Rabaulichthys altipinnis
- Conservation status: Least Concern (IUCN 3.1)

Scientific classification
- Kingdom: Animalia
- Phylum: Chordata
- Class: Actinopterygii
- Order: Perciformes
- Family: Anthiadidae
- Genus: Rabaulichthys
- Species: R. altipinnis
- Binomial name: Rabaulichthys altipinnis G. R. Allen, 1984

= Rabaulichthys altipinnis =

- Authority: G. R. Allen, 1984
- Conservation status: LC

Species of ray-finned fish

Rabaulichthys altipinnis, the sailfin anthias, is a species of ray-finned fish within the family Anthiadidae. The species grows to a length of 6 cm, with 10 dorsal spines, 15 to 16 dorsal soft rays, 3 anal spines, and 6 to 7 anal soft rays.
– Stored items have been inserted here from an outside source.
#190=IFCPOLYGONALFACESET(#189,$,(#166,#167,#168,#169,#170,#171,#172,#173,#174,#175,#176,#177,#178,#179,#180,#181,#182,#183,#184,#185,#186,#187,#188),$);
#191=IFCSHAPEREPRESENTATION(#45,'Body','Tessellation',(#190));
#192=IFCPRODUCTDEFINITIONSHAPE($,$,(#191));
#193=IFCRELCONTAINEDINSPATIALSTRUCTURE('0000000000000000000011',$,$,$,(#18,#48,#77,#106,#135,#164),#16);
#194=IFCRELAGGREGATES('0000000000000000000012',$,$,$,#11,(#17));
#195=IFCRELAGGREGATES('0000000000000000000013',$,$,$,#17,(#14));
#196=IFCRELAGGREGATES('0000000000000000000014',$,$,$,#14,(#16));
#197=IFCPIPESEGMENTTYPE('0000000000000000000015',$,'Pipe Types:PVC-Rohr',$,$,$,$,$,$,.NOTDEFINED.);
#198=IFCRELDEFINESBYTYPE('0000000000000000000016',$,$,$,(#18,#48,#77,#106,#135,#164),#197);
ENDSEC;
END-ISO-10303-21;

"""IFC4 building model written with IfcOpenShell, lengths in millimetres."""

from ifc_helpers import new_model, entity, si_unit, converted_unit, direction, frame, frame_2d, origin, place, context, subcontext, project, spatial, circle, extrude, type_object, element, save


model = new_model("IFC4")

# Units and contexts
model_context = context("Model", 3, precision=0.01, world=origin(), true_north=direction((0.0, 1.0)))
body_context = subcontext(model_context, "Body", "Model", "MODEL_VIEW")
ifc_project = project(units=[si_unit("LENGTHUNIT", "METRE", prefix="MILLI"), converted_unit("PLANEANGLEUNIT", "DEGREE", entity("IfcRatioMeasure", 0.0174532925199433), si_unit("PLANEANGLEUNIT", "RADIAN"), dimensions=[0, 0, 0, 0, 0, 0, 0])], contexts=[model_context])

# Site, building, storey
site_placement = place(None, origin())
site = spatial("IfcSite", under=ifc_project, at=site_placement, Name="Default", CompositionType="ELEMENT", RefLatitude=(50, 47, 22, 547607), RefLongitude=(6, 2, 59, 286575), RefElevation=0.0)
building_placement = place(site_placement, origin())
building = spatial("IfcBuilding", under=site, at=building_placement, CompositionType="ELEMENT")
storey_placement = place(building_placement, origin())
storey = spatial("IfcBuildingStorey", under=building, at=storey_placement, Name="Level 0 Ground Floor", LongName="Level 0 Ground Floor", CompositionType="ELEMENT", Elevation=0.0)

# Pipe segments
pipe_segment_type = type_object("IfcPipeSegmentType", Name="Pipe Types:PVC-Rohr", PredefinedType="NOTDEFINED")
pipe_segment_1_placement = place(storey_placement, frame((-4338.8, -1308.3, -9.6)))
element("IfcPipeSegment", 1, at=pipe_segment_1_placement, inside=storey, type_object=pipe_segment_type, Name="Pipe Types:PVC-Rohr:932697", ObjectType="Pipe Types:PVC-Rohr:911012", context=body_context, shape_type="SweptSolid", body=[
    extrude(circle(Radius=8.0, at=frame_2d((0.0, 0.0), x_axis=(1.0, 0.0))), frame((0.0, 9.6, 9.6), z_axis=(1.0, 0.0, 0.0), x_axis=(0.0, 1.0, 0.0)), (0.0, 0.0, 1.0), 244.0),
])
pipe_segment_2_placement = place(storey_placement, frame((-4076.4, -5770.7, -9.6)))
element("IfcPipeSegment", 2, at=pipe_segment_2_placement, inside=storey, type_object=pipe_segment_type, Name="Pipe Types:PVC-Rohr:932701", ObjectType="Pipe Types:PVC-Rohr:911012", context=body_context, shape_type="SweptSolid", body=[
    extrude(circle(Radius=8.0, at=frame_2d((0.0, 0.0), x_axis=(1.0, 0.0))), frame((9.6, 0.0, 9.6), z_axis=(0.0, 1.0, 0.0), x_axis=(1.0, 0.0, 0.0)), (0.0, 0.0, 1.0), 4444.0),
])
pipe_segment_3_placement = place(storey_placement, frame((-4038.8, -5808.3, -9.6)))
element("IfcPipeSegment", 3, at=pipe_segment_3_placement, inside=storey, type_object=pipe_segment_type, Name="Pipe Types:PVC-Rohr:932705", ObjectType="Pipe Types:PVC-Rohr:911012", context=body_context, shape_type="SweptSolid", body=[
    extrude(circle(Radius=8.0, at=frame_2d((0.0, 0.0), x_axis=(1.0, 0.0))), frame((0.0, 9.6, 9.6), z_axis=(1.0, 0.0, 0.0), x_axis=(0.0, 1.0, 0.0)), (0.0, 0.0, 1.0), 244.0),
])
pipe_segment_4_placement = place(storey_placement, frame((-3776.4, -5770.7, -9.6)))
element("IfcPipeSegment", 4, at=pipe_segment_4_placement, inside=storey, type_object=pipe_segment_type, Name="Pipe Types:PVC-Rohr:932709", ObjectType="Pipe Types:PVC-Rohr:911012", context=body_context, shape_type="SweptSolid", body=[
It is found in the western Pacific Ocean off of New Britain, Indonesia and Australia.

== Habitat and biology ==
Rabaulichthys altipinnis lives in reef environments at depths of 30 to 40 m below sea level. It lives near coral rubble and steep coral slopes on the outer region of reefs. Groups are typically found with 3 to 8 individuals. The diet consists of brine shrimp, nauplii and mysis.

== Conservation ==
Rabaulichthys altipinnis has been classified as 'Least concern' by the IUCN Red List. No special conservation efforts have been made so far, and its range already overlaps with marine protected areas off of Bird's Head Peninsula.